▶ **Task to carry out**
In the entries that follow, the line with "#141=IFCINDEXEDPOLYGONALFACE((9,10,12,11));" opens the range and the line with "#142=IFCINDEXEDPOLYGONALFACE((13,15,16,14));" closes it; repeat that range exactly, both lines included.

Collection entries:
******************************
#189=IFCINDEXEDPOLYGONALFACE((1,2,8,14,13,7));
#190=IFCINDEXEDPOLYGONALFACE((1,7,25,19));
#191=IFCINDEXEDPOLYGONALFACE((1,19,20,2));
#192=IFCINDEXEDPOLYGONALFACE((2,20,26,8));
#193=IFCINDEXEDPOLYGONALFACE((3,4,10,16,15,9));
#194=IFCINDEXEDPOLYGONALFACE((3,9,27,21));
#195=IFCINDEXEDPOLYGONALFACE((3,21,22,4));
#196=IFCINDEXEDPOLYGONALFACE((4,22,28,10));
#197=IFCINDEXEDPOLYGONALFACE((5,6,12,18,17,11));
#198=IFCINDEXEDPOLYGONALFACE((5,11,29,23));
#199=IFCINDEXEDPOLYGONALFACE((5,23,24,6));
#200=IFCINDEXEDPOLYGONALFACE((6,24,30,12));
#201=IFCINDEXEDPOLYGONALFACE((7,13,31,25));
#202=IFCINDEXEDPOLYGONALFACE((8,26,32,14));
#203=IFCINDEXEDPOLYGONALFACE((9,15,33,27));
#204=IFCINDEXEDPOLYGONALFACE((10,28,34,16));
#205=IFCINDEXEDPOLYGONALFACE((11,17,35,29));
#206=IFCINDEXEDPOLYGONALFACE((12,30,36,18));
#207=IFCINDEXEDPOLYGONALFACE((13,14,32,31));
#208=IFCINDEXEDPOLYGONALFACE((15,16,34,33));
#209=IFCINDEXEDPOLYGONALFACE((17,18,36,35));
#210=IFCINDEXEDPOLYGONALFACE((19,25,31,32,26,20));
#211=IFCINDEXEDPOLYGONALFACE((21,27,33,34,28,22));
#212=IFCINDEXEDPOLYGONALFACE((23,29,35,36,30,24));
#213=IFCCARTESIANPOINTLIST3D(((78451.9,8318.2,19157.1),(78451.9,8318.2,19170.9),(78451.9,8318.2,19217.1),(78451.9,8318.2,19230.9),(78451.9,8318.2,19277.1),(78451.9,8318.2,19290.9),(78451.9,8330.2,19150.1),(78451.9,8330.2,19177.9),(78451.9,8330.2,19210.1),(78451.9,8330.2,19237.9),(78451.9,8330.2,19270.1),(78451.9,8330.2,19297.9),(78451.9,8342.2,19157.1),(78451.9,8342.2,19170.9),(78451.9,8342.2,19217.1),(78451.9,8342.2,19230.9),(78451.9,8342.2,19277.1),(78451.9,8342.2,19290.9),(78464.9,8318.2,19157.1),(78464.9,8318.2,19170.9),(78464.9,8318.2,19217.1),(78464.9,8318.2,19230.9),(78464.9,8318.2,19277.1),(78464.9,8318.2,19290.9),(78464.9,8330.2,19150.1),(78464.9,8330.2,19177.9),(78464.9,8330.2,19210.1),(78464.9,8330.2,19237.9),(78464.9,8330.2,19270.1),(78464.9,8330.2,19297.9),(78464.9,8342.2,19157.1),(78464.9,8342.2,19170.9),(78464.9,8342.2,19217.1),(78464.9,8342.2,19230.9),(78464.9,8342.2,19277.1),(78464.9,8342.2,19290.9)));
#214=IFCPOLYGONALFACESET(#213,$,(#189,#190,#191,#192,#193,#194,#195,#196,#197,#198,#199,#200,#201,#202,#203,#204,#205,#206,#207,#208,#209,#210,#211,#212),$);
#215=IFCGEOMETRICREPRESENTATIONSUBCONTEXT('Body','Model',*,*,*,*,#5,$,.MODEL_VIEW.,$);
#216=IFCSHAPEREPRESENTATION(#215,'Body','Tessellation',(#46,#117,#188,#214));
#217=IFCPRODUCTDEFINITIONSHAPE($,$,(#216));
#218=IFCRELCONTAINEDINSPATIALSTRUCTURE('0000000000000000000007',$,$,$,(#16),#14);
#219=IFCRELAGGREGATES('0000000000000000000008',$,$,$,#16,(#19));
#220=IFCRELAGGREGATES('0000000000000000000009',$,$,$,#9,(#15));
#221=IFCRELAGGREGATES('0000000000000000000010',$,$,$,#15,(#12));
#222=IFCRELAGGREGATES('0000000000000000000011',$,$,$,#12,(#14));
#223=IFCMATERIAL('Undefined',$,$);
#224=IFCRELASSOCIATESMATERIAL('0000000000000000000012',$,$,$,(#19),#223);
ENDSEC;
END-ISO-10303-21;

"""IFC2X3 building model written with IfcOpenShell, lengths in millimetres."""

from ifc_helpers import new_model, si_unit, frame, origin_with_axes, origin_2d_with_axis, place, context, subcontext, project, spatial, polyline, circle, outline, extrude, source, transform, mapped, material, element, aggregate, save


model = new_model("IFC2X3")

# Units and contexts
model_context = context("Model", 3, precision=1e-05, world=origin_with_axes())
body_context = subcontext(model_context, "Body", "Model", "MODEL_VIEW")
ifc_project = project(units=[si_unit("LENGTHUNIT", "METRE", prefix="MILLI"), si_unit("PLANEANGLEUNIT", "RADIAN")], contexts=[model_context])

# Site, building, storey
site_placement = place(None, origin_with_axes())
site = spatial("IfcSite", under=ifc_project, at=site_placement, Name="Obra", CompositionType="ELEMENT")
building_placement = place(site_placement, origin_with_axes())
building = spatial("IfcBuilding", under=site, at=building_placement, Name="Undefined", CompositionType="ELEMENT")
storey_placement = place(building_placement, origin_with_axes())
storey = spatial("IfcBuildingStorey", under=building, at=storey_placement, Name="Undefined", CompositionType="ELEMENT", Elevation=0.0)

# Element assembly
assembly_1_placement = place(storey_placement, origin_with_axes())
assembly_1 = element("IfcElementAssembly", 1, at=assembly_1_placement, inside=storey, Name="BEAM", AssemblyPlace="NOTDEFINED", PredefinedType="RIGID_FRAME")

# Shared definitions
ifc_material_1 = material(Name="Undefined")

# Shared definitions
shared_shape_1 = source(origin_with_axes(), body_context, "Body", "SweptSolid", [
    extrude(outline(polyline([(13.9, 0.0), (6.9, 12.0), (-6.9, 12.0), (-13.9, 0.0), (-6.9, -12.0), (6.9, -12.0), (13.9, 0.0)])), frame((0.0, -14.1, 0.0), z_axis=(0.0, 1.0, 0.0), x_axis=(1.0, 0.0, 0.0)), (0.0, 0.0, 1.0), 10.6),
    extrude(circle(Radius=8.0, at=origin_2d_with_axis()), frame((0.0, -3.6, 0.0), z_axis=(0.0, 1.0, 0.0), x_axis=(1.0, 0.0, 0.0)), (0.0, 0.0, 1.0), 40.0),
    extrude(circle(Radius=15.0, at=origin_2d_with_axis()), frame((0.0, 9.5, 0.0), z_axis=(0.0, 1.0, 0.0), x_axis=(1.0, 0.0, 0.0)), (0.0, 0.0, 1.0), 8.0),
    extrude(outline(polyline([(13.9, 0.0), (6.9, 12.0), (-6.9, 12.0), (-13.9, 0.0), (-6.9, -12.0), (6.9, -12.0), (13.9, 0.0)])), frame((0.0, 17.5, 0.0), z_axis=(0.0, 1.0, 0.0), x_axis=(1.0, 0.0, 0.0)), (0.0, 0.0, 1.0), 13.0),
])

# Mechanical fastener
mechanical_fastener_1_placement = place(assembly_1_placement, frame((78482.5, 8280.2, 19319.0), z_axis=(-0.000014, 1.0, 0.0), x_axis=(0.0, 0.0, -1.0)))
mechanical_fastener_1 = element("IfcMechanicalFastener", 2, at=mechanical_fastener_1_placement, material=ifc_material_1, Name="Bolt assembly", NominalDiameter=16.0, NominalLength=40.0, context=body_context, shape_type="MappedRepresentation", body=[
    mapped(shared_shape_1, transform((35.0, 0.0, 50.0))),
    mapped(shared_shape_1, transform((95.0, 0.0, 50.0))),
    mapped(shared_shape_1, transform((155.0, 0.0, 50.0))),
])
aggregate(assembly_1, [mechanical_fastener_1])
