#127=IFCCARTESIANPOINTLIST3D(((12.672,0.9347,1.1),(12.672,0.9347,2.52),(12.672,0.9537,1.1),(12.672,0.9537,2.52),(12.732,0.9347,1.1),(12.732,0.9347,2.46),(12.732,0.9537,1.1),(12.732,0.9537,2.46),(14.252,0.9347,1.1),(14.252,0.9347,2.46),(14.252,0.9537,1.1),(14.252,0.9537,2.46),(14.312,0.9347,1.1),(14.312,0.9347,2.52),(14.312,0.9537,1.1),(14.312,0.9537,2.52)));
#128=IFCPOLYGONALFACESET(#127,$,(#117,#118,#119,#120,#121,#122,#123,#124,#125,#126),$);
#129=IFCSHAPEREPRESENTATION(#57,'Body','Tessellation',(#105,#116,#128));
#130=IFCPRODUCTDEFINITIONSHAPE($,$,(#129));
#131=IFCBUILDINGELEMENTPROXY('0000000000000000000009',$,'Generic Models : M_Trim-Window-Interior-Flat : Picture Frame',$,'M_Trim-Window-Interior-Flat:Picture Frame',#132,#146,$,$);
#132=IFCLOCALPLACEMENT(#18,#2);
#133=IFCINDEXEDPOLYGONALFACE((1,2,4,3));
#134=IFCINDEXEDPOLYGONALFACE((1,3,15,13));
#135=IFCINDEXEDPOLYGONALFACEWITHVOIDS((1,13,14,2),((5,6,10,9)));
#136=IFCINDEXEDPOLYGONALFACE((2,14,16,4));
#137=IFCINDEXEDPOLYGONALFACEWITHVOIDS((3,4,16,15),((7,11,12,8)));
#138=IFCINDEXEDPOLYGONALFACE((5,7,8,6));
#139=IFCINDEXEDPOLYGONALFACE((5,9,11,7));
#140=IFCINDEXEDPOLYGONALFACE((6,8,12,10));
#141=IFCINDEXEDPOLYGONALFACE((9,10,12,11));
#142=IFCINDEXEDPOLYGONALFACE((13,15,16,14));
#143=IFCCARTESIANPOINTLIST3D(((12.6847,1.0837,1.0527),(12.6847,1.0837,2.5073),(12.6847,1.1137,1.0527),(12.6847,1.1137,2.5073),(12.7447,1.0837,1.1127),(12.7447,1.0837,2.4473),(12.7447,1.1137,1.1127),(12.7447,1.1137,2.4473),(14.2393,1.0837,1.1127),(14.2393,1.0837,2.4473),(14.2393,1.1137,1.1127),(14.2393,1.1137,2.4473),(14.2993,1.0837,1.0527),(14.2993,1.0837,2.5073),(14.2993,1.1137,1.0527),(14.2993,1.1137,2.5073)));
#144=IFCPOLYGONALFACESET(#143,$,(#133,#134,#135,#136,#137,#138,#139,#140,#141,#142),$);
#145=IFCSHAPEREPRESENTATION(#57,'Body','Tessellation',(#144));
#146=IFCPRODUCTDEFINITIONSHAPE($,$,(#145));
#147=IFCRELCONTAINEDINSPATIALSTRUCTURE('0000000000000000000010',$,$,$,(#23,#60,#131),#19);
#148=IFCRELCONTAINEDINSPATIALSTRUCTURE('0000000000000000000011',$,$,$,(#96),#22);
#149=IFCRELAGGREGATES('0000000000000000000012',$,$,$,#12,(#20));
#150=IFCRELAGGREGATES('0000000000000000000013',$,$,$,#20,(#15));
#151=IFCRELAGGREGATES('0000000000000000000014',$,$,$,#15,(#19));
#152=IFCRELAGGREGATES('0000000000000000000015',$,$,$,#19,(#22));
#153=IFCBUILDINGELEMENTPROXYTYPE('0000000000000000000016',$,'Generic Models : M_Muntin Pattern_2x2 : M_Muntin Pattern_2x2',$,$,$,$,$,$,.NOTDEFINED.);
******************************
▶ **Answer space**
#141=IFCINDEXEDPOLYGONALFACE((9,10,12,11));
#142=IFCINDEXEDPOLYGONALFACE((13,15,16,14));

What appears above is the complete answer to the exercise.